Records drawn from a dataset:

--- START ---

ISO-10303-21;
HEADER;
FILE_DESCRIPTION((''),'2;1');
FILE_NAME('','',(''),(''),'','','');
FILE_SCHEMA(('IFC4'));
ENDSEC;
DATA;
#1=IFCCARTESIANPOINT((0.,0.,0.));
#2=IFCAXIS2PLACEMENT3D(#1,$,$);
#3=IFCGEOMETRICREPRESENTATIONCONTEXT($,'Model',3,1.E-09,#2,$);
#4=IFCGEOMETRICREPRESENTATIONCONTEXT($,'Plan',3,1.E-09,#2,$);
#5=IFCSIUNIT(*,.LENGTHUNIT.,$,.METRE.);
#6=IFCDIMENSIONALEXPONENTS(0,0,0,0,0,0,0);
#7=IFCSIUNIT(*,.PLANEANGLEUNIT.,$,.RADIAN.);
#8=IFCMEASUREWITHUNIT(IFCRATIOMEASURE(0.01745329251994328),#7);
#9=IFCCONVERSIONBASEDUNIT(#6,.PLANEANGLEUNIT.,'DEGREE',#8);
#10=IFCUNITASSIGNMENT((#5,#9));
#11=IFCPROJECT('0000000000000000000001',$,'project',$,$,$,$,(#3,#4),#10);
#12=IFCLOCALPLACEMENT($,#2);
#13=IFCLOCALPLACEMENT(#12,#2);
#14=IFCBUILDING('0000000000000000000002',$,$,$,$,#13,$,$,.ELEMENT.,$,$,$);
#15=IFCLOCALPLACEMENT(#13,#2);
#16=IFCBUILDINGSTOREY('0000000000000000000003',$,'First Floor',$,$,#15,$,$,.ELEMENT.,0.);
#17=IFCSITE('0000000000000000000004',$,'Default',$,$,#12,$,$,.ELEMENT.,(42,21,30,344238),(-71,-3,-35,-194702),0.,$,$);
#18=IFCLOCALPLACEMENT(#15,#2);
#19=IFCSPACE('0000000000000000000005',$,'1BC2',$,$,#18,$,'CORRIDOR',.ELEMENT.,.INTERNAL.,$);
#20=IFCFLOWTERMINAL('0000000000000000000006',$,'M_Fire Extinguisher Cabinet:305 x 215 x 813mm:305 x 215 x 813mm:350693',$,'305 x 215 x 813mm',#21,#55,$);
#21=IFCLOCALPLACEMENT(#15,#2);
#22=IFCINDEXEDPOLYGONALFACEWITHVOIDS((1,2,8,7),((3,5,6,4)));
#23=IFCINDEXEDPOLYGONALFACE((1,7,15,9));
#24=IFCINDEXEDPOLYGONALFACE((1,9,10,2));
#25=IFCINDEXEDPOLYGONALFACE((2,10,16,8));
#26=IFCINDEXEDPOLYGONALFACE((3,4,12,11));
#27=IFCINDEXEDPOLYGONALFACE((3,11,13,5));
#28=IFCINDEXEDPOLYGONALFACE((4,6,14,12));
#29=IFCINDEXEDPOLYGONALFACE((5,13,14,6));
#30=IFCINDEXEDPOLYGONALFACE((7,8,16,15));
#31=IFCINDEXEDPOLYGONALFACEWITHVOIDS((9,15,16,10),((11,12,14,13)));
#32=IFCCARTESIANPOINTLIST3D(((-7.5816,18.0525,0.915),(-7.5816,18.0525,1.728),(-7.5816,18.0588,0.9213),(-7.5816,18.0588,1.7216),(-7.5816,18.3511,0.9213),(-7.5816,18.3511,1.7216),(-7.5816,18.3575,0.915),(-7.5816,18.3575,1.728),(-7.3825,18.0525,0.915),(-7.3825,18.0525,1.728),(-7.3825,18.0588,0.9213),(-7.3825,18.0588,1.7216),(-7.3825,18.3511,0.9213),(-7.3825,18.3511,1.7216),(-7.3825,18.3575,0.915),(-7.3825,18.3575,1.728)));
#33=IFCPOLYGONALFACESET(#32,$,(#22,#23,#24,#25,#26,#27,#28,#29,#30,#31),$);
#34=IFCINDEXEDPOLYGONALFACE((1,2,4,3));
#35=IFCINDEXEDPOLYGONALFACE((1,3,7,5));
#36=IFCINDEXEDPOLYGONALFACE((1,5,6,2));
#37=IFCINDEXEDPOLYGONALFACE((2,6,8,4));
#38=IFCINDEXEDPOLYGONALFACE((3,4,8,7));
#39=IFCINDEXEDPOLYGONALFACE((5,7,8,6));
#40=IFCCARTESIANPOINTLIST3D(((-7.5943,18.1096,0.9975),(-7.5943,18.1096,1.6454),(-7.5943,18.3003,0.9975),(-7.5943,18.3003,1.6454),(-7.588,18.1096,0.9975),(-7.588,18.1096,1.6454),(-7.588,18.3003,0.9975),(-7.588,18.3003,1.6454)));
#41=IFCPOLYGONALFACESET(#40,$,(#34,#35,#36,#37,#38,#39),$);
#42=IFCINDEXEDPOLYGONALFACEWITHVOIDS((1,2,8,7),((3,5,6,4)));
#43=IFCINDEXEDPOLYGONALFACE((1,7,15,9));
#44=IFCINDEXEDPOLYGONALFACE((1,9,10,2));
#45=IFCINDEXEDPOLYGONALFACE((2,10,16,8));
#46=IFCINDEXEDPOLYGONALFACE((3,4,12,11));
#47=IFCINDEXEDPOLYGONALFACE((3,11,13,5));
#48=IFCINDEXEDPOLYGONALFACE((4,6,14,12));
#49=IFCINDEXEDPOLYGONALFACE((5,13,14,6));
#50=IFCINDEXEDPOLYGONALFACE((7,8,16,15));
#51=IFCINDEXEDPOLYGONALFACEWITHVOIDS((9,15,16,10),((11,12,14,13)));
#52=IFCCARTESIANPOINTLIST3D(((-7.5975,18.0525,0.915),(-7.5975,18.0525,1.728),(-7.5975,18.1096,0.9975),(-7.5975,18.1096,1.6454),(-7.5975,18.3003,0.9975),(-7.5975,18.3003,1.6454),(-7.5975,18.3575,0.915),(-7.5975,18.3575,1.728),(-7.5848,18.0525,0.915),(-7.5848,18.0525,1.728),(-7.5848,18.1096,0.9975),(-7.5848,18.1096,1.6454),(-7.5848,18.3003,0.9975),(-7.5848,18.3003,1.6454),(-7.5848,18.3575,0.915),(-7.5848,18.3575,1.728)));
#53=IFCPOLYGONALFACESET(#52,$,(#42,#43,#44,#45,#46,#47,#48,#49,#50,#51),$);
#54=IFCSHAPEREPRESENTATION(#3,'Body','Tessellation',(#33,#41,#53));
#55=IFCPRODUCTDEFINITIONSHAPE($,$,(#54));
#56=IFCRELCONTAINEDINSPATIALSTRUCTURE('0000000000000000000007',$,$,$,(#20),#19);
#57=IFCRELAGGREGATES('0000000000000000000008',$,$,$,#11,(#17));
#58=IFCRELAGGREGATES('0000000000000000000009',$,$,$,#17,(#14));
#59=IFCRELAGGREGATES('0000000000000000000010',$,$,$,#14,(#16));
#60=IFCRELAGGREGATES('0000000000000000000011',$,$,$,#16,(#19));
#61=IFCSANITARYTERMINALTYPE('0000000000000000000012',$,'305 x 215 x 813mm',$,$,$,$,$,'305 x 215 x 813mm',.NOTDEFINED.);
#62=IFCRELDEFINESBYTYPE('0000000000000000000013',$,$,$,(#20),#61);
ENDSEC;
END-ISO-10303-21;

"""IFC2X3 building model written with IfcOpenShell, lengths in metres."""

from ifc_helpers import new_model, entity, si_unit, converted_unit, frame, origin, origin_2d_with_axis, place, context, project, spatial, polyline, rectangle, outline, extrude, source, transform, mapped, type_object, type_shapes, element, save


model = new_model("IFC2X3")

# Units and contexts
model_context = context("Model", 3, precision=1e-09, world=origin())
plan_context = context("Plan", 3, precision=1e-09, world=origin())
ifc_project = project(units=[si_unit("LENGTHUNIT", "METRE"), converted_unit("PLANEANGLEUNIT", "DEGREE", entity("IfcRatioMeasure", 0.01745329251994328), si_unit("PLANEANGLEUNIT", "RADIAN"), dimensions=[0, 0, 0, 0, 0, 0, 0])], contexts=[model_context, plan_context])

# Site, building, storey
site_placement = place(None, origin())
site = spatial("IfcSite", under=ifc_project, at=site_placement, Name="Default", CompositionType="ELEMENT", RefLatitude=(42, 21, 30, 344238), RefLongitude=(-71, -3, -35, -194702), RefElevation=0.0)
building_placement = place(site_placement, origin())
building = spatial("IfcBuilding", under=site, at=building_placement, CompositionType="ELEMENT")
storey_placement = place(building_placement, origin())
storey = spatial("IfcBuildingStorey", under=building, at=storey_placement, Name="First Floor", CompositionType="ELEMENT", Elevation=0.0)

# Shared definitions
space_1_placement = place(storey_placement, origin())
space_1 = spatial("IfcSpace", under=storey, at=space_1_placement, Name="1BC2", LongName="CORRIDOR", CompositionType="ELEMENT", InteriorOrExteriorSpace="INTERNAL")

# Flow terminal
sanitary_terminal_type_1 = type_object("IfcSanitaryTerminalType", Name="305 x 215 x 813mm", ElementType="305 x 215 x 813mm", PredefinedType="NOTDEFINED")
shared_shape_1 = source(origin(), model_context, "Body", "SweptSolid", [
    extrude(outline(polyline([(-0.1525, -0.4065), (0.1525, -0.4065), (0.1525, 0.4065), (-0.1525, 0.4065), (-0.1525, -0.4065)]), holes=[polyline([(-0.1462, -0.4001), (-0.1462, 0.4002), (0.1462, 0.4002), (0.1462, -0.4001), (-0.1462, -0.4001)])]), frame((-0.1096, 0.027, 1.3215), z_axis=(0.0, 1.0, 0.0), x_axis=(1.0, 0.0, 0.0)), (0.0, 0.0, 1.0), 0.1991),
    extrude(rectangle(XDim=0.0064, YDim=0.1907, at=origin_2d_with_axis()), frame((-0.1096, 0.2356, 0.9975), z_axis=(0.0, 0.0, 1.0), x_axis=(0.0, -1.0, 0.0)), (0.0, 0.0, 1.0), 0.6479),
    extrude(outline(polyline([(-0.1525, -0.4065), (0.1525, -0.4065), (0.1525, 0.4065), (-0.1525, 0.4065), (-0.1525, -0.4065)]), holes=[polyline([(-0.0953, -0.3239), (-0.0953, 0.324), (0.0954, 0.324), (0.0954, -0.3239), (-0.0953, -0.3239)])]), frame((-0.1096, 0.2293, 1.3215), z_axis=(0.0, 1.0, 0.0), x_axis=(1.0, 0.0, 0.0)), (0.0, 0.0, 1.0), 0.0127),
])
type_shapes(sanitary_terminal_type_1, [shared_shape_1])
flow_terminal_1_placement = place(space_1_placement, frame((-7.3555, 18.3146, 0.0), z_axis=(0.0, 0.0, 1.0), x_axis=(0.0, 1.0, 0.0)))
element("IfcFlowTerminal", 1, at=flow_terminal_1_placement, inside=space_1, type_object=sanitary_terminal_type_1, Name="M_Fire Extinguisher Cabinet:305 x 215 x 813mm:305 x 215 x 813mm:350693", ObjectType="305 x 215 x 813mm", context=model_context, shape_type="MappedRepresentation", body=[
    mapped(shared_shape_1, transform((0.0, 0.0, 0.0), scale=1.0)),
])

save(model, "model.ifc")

--- END ---

What this task involves:
Above are the entries. Copy exactly the part that opens with the line containing "#45=IFCINDEXEDPOLYGONALFACE((2,10,16,8));" and closes with the line containing "#50=IFCINDEXEDPOLYGONALFACE((7,8,16,15));", and no more.

Answer section:
#45=IFCINDEXEDPOLYGONALFACE((2,10,16,8));
#46=IFCINDEXEDPOLYGONALFACE((3,4,12,11));
#47=IFCINDEXEDPOLYGONALFACE((3,11,13,5));
#48=IFCINDEXEDPOLYGONALFACE((4,6,14,12));
#49=IFCINDEXEDPOLYGONALFACE((5,13,14,6));
#50=IFCINDEXEDPOLYGONALFACE((7,8,16,15));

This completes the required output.